• **TASK ITEM**
Count the lines in the data below where the string "Tessellation" occurs, please, and give the number alone.

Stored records
────────────────────
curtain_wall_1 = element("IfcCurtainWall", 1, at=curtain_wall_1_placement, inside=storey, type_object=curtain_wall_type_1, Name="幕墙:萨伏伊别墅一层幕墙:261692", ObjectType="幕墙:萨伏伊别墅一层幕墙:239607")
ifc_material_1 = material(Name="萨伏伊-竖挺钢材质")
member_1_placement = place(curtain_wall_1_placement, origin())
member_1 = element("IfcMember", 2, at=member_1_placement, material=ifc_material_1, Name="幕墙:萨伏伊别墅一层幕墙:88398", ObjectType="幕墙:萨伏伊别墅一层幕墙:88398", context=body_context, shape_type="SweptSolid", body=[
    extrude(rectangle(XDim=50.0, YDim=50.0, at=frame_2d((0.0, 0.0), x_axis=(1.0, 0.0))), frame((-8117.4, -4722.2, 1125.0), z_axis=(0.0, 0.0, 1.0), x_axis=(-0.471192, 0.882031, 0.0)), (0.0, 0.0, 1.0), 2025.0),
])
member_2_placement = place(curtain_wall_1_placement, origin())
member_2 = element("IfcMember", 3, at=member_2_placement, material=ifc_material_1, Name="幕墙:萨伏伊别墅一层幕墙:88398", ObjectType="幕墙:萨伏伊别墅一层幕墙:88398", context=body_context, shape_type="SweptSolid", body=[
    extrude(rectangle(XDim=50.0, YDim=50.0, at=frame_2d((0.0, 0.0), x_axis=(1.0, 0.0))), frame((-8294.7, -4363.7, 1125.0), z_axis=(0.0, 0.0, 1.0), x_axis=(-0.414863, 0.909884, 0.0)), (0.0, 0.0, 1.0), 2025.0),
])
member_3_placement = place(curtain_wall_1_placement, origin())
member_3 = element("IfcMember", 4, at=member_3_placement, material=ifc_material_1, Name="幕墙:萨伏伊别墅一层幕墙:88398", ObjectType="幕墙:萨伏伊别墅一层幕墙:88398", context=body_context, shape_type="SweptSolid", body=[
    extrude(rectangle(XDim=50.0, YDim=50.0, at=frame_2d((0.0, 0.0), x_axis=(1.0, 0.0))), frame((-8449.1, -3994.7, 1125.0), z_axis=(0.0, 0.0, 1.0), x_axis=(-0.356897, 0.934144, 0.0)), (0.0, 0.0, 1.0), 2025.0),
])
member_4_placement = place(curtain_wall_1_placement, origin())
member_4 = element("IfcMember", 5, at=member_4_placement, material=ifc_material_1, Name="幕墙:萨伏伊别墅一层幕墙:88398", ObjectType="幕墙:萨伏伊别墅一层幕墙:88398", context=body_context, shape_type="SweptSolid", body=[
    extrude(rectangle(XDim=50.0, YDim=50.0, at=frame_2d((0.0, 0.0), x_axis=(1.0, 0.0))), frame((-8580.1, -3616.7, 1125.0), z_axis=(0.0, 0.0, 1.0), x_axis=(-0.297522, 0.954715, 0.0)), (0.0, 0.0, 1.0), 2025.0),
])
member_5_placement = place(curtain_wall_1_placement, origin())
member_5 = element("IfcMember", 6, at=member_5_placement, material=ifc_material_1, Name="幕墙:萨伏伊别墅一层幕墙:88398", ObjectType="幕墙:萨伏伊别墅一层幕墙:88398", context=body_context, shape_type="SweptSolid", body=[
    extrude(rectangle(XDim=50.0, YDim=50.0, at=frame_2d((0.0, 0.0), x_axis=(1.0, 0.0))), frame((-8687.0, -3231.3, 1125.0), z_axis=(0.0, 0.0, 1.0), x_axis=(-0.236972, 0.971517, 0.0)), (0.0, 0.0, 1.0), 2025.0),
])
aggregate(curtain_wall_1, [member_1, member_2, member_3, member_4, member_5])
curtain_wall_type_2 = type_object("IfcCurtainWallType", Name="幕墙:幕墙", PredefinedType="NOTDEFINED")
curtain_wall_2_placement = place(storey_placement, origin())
────────────────────
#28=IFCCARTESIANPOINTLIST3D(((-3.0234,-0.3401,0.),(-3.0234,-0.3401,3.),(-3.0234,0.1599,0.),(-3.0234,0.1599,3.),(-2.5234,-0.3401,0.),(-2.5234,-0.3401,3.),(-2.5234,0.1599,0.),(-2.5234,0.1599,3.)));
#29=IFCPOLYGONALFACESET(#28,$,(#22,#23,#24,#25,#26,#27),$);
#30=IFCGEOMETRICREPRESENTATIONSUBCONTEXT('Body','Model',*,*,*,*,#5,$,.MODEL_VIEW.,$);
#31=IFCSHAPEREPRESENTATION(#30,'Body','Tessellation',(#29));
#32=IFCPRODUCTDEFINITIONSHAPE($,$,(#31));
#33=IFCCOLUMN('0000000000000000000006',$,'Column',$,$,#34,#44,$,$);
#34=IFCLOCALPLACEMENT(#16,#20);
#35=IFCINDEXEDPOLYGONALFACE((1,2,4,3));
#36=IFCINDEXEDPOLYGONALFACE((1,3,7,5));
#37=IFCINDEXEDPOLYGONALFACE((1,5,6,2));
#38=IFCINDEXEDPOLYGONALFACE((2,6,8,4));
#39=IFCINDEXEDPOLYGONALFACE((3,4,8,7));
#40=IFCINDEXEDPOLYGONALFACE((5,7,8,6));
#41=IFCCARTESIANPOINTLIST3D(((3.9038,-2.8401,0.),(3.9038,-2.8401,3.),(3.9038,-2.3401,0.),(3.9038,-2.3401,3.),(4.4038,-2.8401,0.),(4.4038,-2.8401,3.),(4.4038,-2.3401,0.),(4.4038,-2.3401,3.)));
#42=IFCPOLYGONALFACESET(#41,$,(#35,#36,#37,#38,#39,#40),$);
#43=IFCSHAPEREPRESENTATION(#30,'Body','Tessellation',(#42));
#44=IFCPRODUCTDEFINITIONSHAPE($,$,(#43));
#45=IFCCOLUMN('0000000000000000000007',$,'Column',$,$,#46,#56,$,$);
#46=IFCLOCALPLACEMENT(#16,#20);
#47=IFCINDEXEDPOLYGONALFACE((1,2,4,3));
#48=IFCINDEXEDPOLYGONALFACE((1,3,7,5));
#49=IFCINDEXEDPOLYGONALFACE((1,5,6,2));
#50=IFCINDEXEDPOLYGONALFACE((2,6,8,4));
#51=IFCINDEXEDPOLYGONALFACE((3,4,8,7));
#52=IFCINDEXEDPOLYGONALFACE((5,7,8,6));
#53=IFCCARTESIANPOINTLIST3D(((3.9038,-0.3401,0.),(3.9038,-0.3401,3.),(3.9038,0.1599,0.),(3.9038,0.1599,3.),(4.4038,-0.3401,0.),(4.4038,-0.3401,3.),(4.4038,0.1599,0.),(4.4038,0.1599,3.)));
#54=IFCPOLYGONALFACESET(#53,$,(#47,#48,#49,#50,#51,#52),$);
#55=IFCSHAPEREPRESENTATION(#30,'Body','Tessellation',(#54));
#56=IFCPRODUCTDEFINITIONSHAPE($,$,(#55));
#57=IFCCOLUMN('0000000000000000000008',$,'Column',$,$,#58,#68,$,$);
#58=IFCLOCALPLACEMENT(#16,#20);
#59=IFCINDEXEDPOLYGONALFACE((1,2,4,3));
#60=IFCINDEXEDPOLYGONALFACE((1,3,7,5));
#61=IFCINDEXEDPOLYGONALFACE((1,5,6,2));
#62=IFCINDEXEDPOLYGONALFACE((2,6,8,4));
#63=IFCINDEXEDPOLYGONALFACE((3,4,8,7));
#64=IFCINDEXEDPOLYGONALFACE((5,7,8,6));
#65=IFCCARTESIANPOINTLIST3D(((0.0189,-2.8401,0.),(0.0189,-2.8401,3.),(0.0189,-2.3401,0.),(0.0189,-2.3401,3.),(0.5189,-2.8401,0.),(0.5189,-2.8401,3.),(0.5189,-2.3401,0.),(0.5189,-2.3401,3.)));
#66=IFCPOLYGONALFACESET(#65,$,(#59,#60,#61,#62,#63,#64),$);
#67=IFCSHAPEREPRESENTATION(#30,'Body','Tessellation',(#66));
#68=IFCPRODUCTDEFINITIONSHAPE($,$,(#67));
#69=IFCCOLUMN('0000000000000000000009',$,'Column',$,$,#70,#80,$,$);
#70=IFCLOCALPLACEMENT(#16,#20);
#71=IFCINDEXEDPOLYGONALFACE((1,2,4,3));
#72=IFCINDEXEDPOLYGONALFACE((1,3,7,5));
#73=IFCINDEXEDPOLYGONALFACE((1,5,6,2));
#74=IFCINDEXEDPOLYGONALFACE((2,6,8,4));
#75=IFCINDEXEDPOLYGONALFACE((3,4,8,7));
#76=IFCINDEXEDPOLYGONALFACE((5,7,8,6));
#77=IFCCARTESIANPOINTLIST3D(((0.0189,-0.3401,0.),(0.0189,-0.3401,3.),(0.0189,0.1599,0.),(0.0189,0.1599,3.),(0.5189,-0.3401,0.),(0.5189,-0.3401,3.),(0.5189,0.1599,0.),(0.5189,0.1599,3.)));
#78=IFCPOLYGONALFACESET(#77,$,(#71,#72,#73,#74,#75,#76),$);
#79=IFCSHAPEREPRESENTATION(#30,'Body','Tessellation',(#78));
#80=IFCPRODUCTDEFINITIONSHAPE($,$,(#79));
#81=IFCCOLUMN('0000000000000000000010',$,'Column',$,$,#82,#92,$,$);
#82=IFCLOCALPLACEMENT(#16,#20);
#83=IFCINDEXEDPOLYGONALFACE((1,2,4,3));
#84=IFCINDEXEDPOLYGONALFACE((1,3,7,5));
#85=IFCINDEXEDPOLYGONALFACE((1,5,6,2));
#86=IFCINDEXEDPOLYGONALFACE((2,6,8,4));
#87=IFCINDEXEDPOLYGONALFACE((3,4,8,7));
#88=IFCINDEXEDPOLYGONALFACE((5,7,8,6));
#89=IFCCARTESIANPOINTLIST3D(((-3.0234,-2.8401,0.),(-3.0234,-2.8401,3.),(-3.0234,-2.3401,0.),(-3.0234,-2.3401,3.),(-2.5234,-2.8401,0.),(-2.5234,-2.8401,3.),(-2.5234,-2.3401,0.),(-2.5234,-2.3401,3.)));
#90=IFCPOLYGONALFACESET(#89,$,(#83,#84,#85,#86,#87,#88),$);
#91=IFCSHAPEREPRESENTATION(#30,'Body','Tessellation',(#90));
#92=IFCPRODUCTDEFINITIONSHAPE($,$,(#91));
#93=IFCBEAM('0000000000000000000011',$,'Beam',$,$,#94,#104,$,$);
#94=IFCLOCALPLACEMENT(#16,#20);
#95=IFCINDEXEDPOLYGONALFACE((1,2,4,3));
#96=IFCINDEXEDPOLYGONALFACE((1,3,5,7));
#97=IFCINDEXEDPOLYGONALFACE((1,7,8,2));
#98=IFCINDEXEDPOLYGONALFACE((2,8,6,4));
────────────────────
• **COMPLETED EXERCISE**
6